- [AIM OF THE TASK] Each entry, in full: copy it out exactly.

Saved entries

>>

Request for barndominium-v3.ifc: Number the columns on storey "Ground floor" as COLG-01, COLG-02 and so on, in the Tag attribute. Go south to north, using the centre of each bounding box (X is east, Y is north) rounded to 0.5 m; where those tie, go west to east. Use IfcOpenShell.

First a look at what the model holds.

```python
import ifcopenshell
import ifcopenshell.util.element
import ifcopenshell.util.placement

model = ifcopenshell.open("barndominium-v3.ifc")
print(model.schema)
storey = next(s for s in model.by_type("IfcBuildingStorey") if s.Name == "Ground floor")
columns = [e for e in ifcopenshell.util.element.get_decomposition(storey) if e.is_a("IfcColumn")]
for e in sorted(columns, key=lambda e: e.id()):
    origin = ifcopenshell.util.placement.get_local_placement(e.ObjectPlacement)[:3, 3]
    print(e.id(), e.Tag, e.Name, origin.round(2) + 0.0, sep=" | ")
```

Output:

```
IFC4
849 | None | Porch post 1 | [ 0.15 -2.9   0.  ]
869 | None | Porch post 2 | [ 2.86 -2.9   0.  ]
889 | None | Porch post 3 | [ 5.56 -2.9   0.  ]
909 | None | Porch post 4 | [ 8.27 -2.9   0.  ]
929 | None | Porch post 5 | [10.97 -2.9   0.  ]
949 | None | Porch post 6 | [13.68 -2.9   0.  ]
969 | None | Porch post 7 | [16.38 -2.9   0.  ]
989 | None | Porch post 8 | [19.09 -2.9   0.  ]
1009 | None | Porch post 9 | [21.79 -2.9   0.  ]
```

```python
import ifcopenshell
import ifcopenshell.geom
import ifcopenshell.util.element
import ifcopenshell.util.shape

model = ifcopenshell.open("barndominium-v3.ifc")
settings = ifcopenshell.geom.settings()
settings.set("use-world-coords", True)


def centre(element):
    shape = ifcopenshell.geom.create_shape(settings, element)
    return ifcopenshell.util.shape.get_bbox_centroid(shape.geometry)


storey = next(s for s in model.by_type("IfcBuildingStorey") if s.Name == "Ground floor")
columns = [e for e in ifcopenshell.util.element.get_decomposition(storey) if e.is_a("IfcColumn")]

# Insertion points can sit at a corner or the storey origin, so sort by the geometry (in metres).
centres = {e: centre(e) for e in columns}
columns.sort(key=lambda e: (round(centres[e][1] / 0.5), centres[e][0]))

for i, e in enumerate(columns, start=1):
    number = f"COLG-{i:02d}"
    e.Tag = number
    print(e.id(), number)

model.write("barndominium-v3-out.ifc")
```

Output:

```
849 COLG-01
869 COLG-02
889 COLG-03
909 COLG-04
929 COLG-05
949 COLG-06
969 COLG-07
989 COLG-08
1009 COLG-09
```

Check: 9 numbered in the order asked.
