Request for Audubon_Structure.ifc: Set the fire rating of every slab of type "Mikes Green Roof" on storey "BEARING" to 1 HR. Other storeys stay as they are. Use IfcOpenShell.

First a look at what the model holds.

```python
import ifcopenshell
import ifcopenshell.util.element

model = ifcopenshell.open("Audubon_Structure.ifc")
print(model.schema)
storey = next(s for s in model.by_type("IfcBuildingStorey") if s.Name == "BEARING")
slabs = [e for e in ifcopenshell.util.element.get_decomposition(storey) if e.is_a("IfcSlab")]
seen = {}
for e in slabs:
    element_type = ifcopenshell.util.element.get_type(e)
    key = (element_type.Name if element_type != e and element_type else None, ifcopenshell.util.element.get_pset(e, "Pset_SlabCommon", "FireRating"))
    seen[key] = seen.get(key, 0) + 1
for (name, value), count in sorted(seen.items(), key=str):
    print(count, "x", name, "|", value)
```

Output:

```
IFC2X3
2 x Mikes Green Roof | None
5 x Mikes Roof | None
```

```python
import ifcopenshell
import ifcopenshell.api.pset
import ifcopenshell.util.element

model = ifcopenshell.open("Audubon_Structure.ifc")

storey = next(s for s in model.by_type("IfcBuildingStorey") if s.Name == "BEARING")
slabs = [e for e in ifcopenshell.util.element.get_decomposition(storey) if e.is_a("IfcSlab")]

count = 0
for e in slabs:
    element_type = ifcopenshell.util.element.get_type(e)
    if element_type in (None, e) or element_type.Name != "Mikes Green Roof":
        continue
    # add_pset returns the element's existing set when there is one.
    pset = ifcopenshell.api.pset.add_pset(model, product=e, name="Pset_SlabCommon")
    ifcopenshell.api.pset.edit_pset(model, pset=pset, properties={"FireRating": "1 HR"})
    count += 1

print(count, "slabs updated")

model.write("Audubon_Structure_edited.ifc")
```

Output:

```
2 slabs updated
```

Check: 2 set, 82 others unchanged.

<<

- [YOUR RESPONSE]
Request for barndominium-v3.ifc: Number the columns on storey "Ground floor" as COLG-01, COLG-02 and so on, in the Tag attribute. Go south to north, using the centre of each bounding box (X is east, Y is north) rounded to 0.5 m; where those tie, go west to east. Use IfcOpenShell.

First a look at what the model holds.

```python
import ifcopenshell
import ifcopenshell.util.element
import ifcopenshell.util.placement

model = ifcopenshell.open("barndominium-v3.ifc")
print(model.schema)
storey = next(s for s in model.by_type("IfcBuildingStorey") if s.Name == "Ground floor")
columns = [e for e in ifcopenshell.util.element.get_decomposition(storey) if e.is_a("IfcColumn")]
for e in sorted(columns, key=lambda e: e.id()):
    origin = ifcopenshell.util.placement.get_local_placement(e.ObjectPlacement)[:3, 3]
    print(e.id(), e.Tag, e.Name, origin.round(2) + 0.0, sep=" | ")
```

Output:

```
IFC4
849 | None | Porch post 1 | [ 0.15 -2.9   0.  ]
869 | None | Porch post 2 | [ 2.86 -2.9   0.  ]
889 | None | Porch post 3 | [ 5.56 -2.9   0.  ]
909 | None | Porch post 4 | [ 8.27 -2.9   0.  ]
929 | None | Porch post 5 | [10.97 -2.9   0.  ]
949 | None | Porch post 6 | [13.68 -2.9   0.  ]
969 | None | Porch post 7 | [16.38 -2.9   0.  ]
989 | None | Porch post 8 | [19.09 -2.9   0.  ]
1009 | None | Porch post 9 | [21.79 -2.9   0.  ]
```

```python
import ifcopenshell
import ifcopenshell.geom
import ifcopenshell.util.element
import ifcopenshell.util.shape

model = ifcopenshell.open("barndominium-v3.ifc")
settings = ifcopenshell.geom.settings()
settings.set("use-world-coords", True)


def centre(element):
    shape = ifcopenshell.geom.create_shape(settings, element)
    return ifcopenshell.util.shape.get_bbox_centroid(shape.geometry)


storey = next(s for s in model.by_type("IfcBuildingStorey") if s.Name == "Ground floor")
columns = [e for e in ifcopenshell.util.element.get_decomposition(storey) if e.is_a("IfcColumn")]

# Insertion points can sit at a corner or the storey origin, so sort by the geometry (in metres).
centres = {e: centre(e) for e in columns}
columns.sort(key=lambda e: (round(centres[e][1] / 0.5), centres[e][0]))

for i, e in enumerate(columns, start=1):
    number = f"COLG-{i:02d}"
    e.Tag = number
    print(e.id(), number)

model.write("barndominium-v3-out.ifc")
```

Output:

```
849 COLG-01
869 COLG-02
889 COLG-03
909 COLG-04
929 COLG-05
949 COLG-06
969 COLG-07
989 COLG-08
1009 COLG-09
```

Check: 9 numbered in the order asked.
Request for Audubon_Structure.ifc: Set the fire rating of every slab of type "Mikes Green Roof" on storey "BEARING" to 1 HR. Other storeys stay as they are. Use IfcOpenShell.

First a look at what the model holds.

```python
import ifcopenshell
import ifcopenshell.util.element

model = ifcopenshell.open("Audubon_Structure.ifc")
print(model.schema)
storey = next(s for s in model.by_type("IfcBuildingStorey") if s.Name == "BEARING")
slabs = [e for e in ifcopenshell.util.element.get_decomposition(storey) if e.is_a("IfcSlab")]
seen = {}
for e in slabs:
    element_type = ifcopenshell.util.element.get_type(e)
    key = (element_type.Name if element_type != e and element_type else None, ifcopenshell.util.element.get_pset(e, "Pset_SlabCommon", "FireRating"))
    seen[key] = seen.get(key, 0) + 1
for (name, value), count in sorted(seen.items(), key=str):
    print(count, "x", name, "|", value)
```

Output:

```
IFC2X3
2 x Mikes Green Roof | None
5 x Mikes Roof | None
```

```python
import ifcopenshell
import ifcopenshell.api.pset
import ifcopenshell.util.element

model = ifcopenshell.open("Audubon_Structure.ifc")

storey = next(s for s in model.by_type("IfcBuildingStorey") if s.Name == "BEARING")
slabs = [e for e in ifcopenshell.util.element.get_decomposition(storey) if e.is_a("IfcSlab")]

count = 0
for e in slabs:
    element_type = ifcopenshell.util.element.get_type(e)
    if element_type in (None, e) or element_type.Name != "Mikes Green Roof":
        continue
    # add_pset returns the element's existing set when there is one.
    pset = ifcopenshell.api.pset.add_pset(model, product=e, name="Pset_SlabCommon")
    ifcopenshell.api.pset.edit_pset(model, pset=pset, properties={"FireRating": "1 HR"})
    count += 1

print(count, "slabs updated")

model.write("Audubon_Structure_edited.ifc")
```

Output:

```
2 slabs updated
```

Check: 2 set, 82 others unchanged.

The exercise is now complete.